■ **Data records**
--------------------
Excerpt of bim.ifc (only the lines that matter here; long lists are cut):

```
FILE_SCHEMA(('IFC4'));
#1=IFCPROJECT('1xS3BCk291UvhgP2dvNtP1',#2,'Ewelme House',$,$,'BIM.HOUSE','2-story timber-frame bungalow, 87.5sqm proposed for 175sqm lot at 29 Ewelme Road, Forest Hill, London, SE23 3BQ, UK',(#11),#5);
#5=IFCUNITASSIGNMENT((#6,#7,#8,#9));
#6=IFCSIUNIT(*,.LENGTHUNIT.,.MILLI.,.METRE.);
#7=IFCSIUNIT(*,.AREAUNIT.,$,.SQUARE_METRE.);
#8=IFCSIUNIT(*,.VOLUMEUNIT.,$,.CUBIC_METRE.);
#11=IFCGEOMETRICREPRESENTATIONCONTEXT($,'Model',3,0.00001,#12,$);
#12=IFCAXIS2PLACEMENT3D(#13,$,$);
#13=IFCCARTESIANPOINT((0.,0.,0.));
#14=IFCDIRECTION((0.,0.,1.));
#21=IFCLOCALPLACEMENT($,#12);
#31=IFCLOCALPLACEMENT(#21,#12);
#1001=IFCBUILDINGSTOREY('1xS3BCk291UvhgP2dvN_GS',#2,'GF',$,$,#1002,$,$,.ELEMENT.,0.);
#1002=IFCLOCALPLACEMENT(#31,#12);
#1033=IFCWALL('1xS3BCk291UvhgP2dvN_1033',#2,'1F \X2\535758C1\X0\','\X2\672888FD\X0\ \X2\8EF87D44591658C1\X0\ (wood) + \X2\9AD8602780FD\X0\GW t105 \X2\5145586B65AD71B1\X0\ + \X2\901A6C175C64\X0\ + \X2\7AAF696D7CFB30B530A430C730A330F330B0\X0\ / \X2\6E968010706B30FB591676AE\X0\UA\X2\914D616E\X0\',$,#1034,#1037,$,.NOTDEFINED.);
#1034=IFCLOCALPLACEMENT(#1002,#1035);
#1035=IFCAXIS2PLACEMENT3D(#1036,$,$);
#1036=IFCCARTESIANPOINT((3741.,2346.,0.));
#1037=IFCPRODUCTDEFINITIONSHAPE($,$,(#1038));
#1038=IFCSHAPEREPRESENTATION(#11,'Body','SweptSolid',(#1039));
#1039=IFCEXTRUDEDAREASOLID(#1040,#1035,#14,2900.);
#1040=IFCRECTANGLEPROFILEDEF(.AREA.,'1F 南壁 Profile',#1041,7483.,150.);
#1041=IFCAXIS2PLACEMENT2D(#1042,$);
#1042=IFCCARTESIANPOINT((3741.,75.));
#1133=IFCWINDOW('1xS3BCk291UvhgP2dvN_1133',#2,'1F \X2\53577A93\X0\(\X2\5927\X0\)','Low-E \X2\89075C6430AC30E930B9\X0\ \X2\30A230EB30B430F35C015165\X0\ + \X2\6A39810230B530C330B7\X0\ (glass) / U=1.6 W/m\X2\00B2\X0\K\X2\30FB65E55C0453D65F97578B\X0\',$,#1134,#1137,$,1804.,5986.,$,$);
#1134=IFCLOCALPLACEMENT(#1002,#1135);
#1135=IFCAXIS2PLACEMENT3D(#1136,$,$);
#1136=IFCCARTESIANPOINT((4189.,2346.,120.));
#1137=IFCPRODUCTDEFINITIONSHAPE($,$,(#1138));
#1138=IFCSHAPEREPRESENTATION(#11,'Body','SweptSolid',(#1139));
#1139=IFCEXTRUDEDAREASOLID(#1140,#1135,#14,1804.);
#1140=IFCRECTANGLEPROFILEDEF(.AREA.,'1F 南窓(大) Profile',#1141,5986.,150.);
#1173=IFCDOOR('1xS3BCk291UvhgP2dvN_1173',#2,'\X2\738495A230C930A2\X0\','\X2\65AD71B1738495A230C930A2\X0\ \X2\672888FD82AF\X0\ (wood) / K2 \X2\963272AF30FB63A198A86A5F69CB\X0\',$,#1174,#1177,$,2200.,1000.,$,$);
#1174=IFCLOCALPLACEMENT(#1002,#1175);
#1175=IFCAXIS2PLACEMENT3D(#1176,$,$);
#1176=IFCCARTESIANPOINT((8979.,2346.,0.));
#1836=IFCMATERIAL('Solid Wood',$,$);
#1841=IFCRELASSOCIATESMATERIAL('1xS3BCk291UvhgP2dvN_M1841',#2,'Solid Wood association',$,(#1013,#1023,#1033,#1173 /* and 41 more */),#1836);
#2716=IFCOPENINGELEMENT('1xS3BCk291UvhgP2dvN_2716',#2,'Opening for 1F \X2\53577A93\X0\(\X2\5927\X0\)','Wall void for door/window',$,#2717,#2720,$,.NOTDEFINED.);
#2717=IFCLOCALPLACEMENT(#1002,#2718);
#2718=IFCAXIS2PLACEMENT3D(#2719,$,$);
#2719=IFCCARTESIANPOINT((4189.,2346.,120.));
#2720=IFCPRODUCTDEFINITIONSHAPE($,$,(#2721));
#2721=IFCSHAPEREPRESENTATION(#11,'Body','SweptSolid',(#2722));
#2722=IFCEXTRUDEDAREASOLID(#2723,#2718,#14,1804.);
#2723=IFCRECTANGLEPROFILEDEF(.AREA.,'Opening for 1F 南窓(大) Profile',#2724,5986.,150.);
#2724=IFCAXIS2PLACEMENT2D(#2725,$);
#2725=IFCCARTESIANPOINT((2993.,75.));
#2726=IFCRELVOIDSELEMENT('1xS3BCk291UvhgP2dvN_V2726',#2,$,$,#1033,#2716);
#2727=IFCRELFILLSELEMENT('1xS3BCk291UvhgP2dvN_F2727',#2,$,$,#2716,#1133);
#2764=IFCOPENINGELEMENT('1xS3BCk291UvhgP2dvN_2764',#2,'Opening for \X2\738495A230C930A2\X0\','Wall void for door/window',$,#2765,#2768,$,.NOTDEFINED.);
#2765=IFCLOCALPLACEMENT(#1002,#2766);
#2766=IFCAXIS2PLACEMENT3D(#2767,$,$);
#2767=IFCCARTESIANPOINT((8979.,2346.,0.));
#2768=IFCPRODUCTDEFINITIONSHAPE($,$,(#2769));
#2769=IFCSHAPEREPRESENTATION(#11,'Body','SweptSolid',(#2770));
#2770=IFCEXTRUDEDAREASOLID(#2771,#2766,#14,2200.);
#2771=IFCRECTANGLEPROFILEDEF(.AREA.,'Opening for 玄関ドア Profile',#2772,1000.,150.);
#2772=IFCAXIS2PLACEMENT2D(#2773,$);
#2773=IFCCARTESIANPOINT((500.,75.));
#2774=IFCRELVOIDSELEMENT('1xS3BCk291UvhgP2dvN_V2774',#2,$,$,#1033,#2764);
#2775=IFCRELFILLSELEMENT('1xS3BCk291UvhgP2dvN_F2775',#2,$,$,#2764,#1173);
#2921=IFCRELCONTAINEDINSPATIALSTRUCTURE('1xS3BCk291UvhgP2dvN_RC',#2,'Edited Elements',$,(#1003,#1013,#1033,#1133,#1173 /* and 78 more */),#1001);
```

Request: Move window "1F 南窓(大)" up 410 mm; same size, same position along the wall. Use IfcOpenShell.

```python
import numpy as np
import ifcopenshell
import ifcopenshell.api.geometry
import ifcopenshell.util.placement
import ifcopenshell.util.unit

model = ifcopenshell.open("bim.ifc")
unit_scale = ifcopenshell.util.unit.calculate_unit_scale(model)

window = model.by_guid("1xS3BCk291UvhgP2dvN_1133")
opening = window.FillsVoids[0].RelatingOpeningElement
dz = 0.41 / unit_scale

shift = np.array([0.0, 0.0, dz])
# The window is not placed relative to its opening, so move both.
for product in (opening, window):
    matrix = ifcopenshell.util.placement.get_local_placement(product.ObjectPlacement)
    matrix[:3, 3] += shift
    ifcopenshell.api.geometry.edit_object_placement(model, product=product, matrix=matrix, is_si=False)

print(f"moved by {dz * unit_scale:+.3f} m")

model.write("bim_edited.ifc")
```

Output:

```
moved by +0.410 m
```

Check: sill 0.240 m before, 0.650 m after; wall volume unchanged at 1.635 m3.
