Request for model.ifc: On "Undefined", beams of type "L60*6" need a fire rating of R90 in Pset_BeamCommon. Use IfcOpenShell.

First a look at what the model holds.

```python
import ifcopenshell
import ifcopenshell.util.element

model = ifcopenshell.open("model.ifc")
print(model.schema)
storey = next(s for s in model.by_type("IfcBuildingStorey") if s.Name == "Undefined")
beams = [e for e in ifcopenshell.util.element.get_decomposition(storey) if e.is_a("IfcBeam")]
seen = {}
for e in beams:
    element_type = ifcopenshell.util.element.get_type(e)
    key = (element_type.Name if element_type != e and element_type else None, ifcopenshell.util.element.get_pset(e, "Pset_BeamCommon", "FireRating"))
    seen[key] = seen.get(key, 0) + 1
for (name, value), count in sorted(seen.items(), key=str):
    print(count, "x", name, "|", value)
```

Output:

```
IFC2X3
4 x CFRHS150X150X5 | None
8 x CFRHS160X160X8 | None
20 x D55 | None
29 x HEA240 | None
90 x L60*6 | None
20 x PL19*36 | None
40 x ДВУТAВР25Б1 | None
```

```python
import ifcopenshell
import ifcopenshell.api.pset
import ifcopenshell.util.element

model = ifcopenshell.open("model.ifc")

storey = next(s for s in model.by_type("IfcBuildingStorey") if s.Name == "Undefined")
beams = [e for e in ifcopenshell.util.element.get_decomposition(storey) if e.is_a("IfcBeam")]

count = 0
for e in beams:
    element_type = ifcopenshell.util.element.get_type(e)
    if element_type in (None, e) or element_type.Name != "L60*6":
        continue
    # add_pset returns the element's existing set when there is one.
    pset = ifcopenshell.api.pset.add_pset(model, product=e, name="Pset_BeamCommon")
    ifcopenshell.api.pset.edit_pset(model, pset=pset, properties={"FireRating": "R90"})
    count += 1

print(count, "beams updated")

model.write("model_updated.ifc")
```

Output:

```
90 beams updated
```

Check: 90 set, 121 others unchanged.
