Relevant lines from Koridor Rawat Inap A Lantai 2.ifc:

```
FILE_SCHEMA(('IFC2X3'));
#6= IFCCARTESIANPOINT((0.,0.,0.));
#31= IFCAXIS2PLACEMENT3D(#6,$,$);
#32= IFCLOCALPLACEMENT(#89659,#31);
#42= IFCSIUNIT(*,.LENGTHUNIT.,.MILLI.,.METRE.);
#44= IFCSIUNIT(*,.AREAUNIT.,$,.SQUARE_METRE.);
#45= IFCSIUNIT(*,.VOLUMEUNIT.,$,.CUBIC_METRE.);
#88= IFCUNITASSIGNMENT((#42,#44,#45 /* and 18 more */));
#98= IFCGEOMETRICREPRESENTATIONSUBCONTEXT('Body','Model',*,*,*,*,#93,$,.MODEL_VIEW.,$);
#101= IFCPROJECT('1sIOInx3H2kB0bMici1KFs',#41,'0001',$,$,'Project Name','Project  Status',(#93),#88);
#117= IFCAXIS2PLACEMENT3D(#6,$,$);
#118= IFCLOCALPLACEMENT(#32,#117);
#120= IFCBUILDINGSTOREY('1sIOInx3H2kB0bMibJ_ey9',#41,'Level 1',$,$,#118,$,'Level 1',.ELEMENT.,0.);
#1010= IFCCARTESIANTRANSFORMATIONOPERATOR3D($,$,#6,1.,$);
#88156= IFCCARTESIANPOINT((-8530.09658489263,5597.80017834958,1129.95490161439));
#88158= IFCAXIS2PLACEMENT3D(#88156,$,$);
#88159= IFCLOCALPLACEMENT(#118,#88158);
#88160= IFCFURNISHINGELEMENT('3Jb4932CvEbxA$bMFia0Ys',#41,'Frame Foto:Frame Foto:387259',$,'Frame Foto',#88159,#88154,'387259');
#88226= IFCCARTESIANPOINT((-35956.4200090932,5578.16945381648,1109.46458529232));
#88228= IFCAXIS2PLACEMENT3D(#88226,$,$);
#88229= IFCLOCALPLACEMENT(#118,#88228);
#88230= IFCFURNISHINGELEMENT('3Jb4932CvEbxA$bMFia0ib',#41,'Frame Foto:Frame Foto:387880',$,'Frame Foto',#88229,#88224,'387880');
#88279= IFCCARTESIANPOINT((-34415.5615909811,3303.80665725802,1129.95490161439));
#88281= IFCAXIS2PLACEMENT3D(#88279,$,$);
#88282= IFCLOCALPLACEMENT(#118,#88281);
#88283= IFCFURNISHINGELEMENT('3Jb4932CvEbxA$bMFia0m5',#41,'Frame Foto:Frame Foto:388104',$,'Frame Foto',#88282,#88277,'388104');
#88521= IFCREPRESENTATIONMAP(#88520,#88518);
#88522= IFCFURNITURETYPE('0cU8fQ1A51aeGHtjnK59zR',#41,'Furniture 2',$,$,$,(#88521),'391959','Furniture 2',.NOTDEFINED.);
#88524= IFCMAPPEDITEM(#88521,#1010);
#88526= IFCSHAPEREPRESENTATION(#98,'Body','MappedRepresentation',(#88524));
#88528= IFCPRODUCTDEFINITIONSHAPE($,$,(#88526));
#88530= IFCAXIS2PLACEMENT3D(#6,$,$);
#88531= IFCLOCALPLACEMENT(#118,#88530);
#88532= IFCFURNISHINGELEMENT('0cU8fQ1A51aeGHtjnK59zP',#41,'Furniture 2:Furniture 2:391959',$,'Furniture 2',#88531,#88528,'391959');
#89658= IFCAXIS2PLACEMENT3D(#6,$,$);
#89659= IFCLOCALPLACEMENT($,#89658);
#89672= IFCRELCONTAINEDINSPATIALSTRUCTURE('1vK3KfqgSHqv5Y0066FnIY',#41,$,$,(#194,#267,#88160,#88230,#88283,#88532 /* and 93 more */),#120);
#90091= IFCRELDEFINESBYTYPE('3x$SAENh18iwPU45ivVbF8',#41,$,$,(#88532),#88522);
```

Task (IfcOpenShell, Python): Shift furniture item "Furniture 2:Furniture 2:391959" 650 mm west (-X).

```python
import ifcopenshell
import ifcopenshell.api.geometry
import ifcopenshell.util.placement
import ifcopenshell.util.unit

model = ifcopenshell.open("Koridor Rawat Inap A Lantai 2.ifc")
unit_scale = ifcopenshell.util.unit.calculate_unit_scale(model)

item = model.by_id(88532)
matrix = ifcopenshell.util.placement.get_local_placement(item.ObjectPlacement)
matrix[0, 3] -= 0.65 / unit_scale
ifcopenshell.api.geometry.edit_object_placement(model, product=item, matrix=matrix, is_si=False)

print(ifcopenshell.util.placement.get_local_placement(item.ObjectPlacement).round(3) + 0.0)

model.write("Koridor Rawat Inap A Lantai 2-out.ifc")
```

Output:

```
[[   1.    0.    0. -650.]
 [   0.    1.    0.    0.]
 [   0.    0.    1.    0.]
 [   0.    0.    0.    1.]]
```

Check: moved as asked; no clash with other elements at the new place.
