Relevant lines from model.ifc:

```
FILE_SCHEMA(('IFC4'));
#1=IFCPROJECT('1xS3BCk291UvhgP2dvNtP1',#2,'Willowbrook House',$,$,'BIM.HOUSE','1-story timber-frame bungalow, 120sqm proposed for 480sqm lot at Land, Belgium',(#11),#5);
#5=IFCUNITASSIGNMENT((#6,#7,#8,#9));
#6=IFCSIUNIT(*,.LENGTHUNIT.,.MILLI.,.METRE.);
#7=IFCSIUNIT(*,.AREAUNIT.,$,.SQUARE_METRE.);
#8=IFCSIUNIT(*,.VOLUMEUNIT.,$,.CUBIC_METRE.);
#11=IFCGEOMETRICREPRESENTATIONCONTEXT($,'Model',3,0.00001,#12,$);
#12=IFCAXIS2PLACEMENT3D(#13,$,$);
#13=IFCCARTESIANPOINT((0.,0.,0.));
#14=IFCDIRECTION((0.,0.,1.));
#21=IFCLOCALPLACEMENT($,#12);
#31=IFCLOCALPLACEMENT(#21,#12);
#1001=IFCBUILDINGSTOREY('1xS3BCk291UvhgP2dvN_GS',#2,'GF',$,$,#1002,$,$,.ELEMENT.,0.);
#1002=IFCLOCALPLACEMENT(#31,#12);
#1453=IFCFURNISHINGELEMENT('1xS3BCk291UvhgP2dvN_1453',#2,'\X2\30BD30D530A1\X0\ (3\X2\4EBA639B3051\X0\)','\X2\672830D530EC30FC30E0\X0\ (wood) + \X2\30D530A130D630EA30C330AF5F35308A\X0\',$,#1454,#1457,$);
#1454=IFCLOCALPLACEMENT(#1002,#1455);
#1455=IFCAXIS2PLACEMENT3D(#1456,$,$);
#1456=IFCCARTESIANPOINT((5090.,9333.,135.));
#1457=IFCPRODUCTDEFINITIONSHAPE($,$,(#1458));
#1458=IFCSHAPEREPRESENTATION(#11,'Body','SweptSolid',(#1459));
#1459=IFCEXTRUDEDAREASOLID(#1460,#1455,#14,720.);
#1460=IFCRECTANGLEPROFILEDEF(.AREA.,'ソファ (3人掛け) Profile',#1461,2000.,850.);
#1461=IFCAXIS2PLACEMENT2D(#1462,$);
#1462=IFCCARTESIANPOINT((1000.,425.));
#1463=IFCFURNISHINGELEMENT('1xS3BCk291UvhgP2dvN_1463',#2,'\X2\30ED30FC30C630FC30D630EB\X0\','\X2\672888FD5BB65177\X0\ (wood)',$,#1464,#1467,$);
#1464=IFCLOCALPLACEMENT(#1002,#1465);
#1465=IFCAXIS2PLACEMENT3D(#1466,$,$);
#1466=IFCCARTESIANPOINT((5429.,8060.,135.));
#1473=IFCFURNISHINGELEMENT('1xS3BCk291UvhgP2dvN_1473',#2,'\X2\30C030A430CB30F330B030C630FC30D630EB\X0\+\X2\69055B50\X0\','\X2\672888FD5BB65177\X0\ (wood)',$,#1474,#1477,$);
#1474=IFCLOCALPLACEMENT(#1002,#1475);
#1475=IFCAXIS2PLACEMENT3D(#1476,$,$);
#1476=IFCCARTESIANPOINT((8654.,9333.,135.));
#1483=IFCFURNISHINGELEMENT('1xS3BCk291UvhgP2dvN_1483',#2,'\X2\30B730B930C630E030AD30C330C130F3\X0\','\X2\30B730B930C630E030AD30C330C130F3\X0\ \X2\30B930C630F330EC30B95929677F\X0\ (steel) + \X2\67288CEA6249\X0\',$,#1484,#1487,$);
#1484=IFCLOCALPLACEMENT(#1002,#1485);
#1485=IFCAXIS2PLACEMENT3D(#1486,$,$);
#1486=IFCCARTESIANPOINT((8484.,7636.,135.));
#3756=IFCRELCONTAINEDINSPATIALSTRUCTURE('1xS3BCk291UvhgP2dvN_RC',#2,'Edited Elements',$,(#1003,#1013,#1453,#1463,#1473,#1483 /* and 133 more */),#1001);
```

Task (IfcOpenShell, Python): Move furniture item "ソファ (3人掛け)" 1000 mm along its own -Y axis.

```python
import ifcopenshell
import ifcopenshell.api.geometry
import ifcopenshell.util.placement

model = ifcopenshell.open("model.ifc")

item = model.by_guid("1xS3BCk291UvhgP2dvN_1453")
matrix = ifcopenshell.util.placement.get_local_placement(item.ObjectPlacement)
matrix[:3, 3] -= matrix[:3, 1] * 1000.0
ifcopenshell.api.geometry.edit_object_placement(model, product=item, matrix=matrix, is_si=False)

print(ifcopenshell.util.placement.get_local_placement(item.ObjectPlacement).round(3) + 0.0)

model.write("model_edited.ifc")
```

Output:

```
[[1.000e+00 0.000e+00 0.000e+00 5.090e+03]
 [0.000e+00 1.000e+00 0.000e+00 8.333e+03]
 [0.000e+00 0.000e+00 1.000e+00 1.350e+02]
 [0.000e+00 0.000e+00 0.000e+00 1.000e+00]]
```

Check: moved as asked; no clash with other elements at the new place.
--------------------
Copy every line of the entries above in which "Foto" occurs.

#88160= IFCFURNISHINGELEMENT('3Jb4932CvEbxA$bMFia0Ys',#41,'Frame Foto:Frame Foto:387259',$,'Frame Foto',#88159,#88154,'387259');
#88230= IFCFURNISHINGELEMENT('3Jb4932CvEbxA$bMFia0ib',#41,'Frame Foto:Frame Foto:387880',$,'Frame Foto',#88229,#88224,'387880');
#88283= IFCFURNISHINGELEMENT('3Jb4932CvEbxA$bMFia0m5',#41,'Frame Foto:Frame Foto:388104',$,'Frame Foto',#88282,#88277,'388104');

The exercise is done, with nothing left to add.